Is Operation Protective Edge a Mistake in Translation?
You all know those children’s puzzles in which you have to look at a picture and identify the details that are wrong. Those of you who can read some Hebrew might try this one from the August 7 New York Times. On its op-ed page is a cartoon essay by the Israeli-born, Brooklyn-based illustrator Koren Shadmi about coming to Israel during Operation Protective Edge. Its first frames appear alongside this column. You have a minute.
… 58, 59, 60. Time’s up. Here’s the answer if you haven’t found it yet.
The airport sign in frame 1 says “Shelter” in English and, ostensibly, merḥ av mugan, “Protected Area,” in Hebrew. (Merḥ av mugan is short for merḥ mugan dirati, “single-dwelling protected area,” more commonly known in Israel by its acronym of mamad. A mamad is a windowless room in an apartment or house with a specially reinforced ceiling and walls that can withstand bombs or rockets and is required by Israeli building regulations, but the term merḥmugan has come to designate a public bomb shelter as well.) The billboard in frame 2 says, in Hebrew, ‘Toda l’khol mi she’megen aleynu,” “Thanks to everyone who protects us.”
And now take a look at the initial letters of merḥ av and mugan in frame 1. (For those of you who can’t read Hebrew, don’t forget to scan from right to left.) Both are meant to be the character mem and should look exactly the same — but they don’t. Moreover, mem is also the initial letter of the word mi, “who,” in line 2 of frame 2, and the second letter of she’megen, “who protects us,” in line 3 — yet these two mems, while they do look the same, are different from the mems in frame 1. They are also, it so happens, drawn correctly, whereas the mems in frame 1 are not. The first of these bears more resemblance to a peh or kaf, so that the word it begins would seem to be perḥhav or kerḥ av.

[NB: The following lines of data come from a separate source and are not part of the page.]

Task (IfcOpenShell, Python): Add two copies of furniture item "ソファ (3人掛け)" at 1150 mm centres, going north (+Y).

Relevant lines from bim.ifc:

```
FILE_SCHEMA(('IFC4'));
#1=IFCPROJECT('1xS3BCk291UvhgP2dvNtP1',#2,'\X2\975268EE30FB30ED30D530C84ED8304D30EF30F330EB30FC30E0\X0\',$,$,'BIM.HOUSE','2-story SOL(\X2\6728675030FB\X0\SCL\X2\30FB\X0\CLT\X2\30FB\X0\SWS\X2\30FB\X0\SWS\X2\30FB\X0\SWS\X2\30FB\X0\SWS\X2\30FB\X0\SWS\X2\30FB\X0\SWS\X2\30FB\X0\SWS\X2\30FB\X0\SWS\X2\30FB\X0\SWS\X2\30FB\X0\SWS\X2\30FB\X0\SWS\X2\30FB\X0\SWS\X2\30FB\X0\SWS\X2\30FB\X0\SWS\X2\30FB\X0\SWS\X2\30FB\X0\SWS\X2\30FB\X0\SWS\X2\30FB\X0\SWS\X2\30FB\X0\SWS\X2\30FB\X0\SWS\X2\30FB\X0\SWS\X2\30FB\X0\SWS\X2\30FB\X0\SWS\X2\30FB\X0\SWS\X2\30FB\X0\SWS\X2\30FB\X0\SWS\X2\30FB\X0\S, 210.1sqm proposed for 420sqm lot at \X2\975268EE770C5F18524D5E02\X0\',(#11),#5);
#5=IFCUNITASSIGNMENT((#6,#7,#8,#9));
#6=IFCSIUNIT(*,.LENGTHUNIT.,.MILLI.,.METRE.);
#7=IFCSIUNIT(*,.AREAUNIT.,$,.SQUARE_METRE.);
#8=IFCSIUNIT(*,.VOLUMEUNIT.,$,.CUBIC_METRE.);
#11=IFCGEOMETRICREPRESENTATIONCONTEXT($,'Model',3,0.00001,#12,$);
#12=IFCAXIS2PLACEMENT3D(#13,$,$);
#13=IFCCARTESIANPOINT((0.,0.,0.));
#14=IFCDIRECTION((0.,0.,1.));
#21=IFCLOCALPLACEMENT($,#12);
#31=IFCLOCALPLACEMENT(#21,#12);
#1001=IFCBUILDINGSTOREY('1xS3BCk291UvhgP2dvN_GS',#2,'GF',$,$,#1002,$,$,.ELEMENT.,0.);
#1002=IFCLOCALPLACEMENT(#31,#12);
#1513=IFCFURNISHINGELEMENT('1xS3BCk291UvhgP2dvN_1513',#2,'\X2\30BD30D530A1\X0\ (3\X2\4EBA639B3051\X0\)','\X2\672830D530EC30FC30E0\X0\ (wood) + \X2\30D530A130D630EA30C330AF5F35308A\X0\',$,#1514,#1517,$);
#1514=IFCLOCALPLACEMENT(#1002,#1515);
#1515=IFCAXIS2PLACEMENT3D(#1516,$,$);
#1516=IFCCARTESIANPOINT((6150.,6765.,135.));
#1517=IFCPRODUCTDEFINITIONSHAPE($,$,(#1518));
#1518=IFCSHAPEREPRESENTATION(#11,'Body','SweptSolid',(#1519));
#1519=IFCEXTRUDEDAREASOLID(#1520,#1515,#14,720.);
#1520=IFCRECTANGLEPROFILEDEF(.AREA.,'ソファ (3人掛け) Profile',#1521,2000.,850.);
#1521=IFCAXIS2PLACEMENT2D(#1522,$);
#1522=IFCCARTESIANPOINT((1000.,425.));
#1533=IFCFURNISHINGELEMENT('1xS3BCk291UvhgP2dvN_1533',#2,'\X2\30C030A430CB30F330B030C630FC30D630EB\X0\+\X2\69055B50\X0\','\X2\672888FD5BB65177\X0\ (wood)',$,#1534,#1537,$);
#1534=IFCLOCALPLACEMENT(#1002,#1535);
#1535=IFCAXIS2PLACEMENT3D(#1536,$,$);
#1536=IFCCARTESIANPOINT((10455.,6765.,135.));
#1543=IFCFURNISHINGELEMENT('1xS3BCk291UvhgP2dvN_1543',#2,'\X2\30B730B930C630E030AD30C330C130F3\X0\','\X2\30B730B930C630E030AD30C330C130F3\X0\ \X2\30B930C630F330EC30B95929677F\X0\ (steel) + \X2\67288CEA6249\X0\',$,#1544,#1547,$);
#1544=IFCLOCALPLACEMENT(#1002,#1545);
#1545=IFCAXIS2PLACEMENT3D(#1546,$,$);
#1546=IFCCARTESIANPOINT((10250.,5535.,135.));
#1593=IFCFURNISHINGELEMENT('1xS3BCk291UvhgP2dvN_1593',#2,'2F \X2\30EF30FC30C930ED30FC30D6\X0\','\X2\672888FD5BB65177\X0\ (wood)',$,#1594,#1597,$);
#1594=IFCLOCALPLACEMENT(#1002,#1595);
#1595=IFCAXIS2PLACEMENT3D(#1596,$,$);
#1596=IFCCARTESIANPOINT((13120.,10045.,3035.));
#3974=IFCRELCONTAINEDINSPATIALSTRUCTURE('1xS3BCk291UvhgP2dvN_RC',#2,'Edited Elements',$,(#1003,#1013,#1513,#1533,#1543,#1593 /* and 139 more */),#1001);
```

```python
import numpy as np
import ifcopenshell
import ifcopenshell.api.geometry
import ifcopenshell.api.root
import ifcopenshell.util.element
import ifcopenshell.util.placement
import ifcopenshell.util.unit

model = ifcopenshell.open("bim.ifc")
unit_scale = ifcopenshell.util.unit.calculate_unit_scale(model)


def reuse_history(source, copy):
    """copy_class also copies each property set's owner history, people and application; keep the originals."""
    for rel in copy.IsDefinedBy:
        if rel.is_a("IfcRelDefinesByProperties") and (history := rel.RelatingPropertyDefinition.OwnerHistory):
            rel.RelatingPropertyDefinition.OwnerHistory = source.OwnerHistory
            ifcopenshell.util.element.remove_deep2(model, history)


source = model.by_guid("1xS3BCk291UvhgP2dvN_1513")
base = ifcopenshell.util.placement.get_local_placement(source.ObjectPlacement)
step = np.array([0.0, 1.0, 0.0]) * 1.15 / unit_scale

for i in range(1, 3):
    copy = ifcopenshell.api.root.copy_class(model, product=source)
    copy.Representation = ifcopenshell.util.element.copy_deep(
        model, source.Representation, exclude=["IfcGeometricRepresentationContext", "IfcRepresentationMap"]
    )
    reuse_history(source, copy)
    matrix = base.copy()
    matrix[:3, 3] += i * step
    print("added at", matrix[:3, 3].round(3) + 0.0)
    ifcopenshell.api.geometry.edit_object_placement(model, product=copy, matrix=matrix, is_si=False)

model.write("bim_updated.ifc")
```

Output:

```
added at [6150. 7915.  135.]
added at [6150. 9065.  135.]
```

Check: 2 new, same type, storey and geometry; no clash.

That’s not all, either. Regard, in frame 1, the last letter of mugan, which is supposed to be a final nun. (The letter nun in Hebrew, together with kaf, mem, peh and tsadi, has a special form at the end of a word.) Now compare it to the final nun of she’megen in frame 2. Not the same is, is it? It, too, is an error, since the rightward jiggle at the bottom of it, which doesn’t appear in the correctly drawn letter in frame 2, is patently wrong.
No doubt other readers of the Times have noticed this, too. I don’t know quite how to account for it. Shadmi’s mother tongue is Hebrew, so it’s hardly conceivable that he would have misdrawn two of its letters, but it’s also hard to imagine that someone at the Times would have deliberately changed what he drew. What is imaginable, however, because the Times has made comparable errors (one or two on which I’ve commented) involving Hebrew or Yiddish in the past, is that no one at the paper bothered to show the cartoon to a competent proofreader before publishing it. You don’t have to be Jewish to like rye bread, and you apparently don’t have to be a Jewish newspaper (although the Times has sometimes been accused of being one) to think that you know enough about Jewish languages to be excused from consulting someone who actually does.
As for Operation Protective Edge, the name has come in for no little ridicule. Quite rightly, too, for “protective edge” is a rather inexplicable English translation by someone in the Israeli army representative’s office of the Hebrew tsuk eytan, which means a mighty or impregnable cliff. It’s not just the Times that could use some editorial help.
And why tsuk eytan or “mighty cliff” in Hebrew? No one seems to know. Despite its presence in a phony biblical verse that has been circulating on the Israeli Internet, it isn’t a phrase taken from Jewish sources. Nor can one put much credence in the claim, also making the rounds, that, since the first letters of tsuk eytan, tsadi-alef, have the numerical value of 91, this is a reference to the 91st Psalm, which reads in part: “He [God] shall deliver thee from the snare of the fowler and from the noisome pestilence. He shall cover thee with his wings and under his pinions thou shalt trust. Thou shalt not be afraid for the terror by night, nor for the arrow that flieth by day….”
“The arrow that flieth by day” isn’t bad for Hamas’s rockets, nor “the snare of the fowler” for its tunnels, nor the covering wings and pinions for the Iron Dome system — much too good, in fact, to give the army credit for it. Most likely, tsuk eytan was merely one of numerous two-word phrases that, churned out more or less randomly by a computer, took someone’s fancy. Whether it will become the Gaza fighting’s permanent name, like Operation Grapes of Wrath, which is still how we refer to Israel’s 1996 strike in Lebanon, or will gradually be replaced by another term, as “Operation Peace for Galilee” has yielded over time to “the First Lebanese War,” remains to be seen.